Nach vorläufiger Planung wollte ich so zwischen 10.30 und 11 Uhr eintrudeln.


----------



## Wuemmehunter (19. Februar 2020)

Unseren Ükel-Bruder Andal werde ich bereits am Vortag vom Bahnhof abholen und beherbergen. Wir sind schon um halb neun auf der Messe.


----------



## Tobias85 (19. Februar 2020)

Wuemmehunter schrieb:


> Unseren Ükel-Bruder Andal werde ich bereits am Vortag vom Bahnhof abholen und beherbergen. Wir sind schon um halb neun auf der Messe.

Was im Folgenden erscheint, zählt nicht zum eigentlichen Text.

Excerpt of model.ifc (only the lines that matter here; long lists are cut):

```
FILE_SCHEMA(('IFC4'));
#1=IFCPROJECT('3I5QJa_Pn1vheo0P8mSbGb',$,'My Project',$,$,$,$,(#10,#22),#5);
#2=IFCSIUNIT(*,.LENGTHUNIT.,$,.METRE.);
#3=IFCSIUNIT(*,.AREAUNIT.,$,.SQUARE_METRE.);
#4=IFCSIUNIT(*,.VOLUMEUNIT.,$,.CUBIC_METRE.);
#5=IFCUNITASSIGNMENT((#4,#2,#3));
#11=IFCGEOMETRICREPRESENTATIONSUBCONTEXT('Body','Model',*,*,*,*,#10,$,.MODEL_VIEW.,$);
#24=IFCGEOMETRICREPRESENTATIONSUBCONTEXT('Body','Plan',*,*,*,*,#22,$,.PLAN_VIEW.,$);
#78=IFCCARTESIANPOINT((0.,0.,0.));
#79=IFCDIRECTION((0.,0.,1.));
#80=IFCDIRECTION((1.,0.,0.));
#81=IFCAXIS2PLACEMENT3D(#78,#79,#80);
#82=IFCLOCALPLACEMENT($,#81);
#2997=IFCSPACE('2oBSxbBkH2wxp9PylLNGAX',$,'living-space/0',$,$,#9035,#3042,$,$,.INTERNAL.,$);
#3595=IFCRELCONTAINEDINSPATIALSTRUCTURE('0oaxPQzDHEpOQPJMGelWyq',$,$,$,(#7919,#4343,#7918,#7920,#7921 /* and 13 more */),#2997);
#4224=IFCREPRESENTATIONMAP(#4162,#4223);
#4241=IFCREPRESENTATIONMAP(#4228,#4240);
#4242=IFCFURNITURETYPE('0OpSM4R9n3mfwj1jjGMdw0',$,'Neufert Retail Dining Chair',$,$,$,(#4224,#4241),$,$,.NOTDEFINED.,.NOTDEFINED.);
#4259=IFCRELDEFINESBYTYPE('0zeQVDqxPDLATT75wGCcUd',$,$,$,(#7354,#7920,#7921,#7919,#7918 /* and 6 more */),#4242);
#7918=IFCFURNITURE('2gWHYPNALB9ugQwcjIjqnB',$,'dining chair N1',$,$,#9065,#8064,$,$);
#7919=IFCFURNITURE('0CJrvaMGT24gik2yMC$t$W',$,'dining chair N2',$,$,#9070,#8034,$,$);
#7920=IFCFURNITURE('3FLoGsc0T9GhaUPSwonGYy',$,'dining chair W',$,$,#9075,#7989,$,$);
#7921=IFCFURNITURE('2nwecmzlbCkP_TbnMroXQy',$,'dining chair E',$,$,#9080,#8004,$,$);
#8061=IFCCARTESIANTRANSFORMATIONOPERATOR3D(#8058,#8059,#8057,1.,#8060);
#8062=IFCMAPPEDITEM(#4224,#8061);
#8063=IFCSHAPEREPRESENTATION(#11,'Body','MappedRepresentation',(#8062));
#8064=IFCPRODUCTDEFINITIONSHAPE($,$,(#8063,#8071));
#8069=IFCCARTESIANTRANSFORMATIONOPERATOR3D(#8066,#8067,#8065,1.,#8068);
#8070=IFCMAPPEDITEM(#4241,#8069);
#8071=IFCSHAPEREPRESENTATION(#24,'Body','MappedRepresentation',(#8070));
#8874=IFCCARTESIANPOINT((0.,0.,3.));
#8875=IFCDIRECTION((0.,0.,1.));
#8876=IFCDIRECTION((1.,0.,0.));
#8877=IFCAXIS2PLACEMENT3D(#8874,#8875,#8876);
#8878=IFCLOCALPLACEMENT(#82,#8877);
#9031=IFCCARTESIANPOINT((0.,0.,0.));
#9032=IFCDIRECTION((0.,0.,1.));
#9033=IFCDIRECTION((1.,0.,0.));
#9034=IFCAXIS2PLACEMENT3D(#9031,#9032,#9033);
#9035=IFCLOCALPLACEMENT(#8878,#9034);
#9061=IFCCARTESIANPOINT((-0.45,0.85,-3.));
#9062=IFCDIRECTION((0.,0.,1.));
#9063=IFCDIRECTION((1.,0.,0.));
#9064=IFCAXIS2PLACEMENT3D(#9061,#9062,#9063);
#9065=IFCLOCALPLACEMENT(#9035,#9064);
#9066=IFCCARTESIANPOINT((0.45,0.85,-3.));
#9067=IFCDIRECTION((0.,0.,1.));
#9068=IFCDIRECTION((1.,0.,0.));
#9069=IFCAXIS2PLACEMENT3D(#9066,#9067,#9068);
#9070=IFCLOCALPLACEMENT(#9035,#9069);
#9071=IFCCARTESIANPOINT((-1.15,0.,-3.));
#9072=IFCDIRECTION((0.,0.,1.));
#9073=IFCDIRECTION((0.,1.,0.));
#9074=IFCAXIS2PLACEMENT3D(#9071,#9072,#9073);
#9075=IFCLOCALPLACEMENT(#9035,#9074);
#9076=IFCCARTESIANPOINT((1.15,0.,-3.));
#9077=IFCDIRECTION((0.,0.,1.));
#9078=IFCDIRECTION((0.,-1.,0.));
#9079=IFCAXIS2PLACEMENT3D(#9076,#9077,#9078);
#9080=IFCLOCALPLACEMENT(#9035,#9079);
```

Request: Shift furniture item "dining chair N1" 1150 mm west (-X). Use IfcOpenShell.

```python
import ifcopenshell
import ifcopenshell.api.geometry
import ifcopenshell.util.placement
import ifcopenshell.util.unit

model = ifcopenshell.open("model.ifc")
unit_scale = ifcopenshell.util.unit.calculate_unit_scale(model)

item = model.by_id(7918)
matrix = ifcopenshell.util.placement.get_local_placement(item.ObjectPlacement)
matrix[0, 3] -= 1.15 / unit_scale
ifcopenshell.api.geometry.edit_object_placement(model, product=item, matrix=matrix, is_si=False)

print(ifcopenshell.util.placement.get_local_placement(item.ObjectPlacement).round(3) + 0.0)

model.write("model_v2.ifc")
```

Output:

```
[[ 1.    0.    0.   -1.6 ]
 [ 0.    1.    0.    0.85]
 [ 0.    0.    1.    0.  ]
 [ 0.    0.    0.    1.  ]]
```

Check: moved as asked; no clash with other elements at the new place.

Das freut mich, ich wollte auch schon so in dem Dreh aufschlagen.


----------



## Nordlichtangler (19. Februar 2020)

11 Uhr ist gar nicht schlecht, find ich gut mit fixum. Lohnt sich direkt 'ne Draufguck-Uhr mitzunehmen.
Da kann man den ersten Rundgang und die gewünschten vornehmlich Ruteninspektionen schon mal in erster Runde erledigt haben.
Und braucht's eine Pause. 

Ist doch vom Rahmen wie every last year:

Anreise möglich und Stehplatz am beengten Stehtisch ab: "Foyer ab 8:00 Uhr geöffnet"
Karenzzeit Anreise flexibel bis 09:00, oder wer will eben schon früher 08:30, oder nach der Öffnung später.
"9:00 bis 15:00 Uhr Messe offen"
11:00 Ükelstammtisch Live-Event

Etliche haben es ja seit Mai'19 sehr einfach, den anderen Teil zu erkennen, auch ab 08:00 - sofern man eben rein passt.
Und die (noch) Fremdlinge, die dabei stehen, gehören auch mit dazu.
Ich hab wahrscheinlich auch einen dabei.


----------



## ulli1958m (19. Februar 2020)

Wuemmehunter schrieb:


> Wir sind schon um halb neun auf der Messe.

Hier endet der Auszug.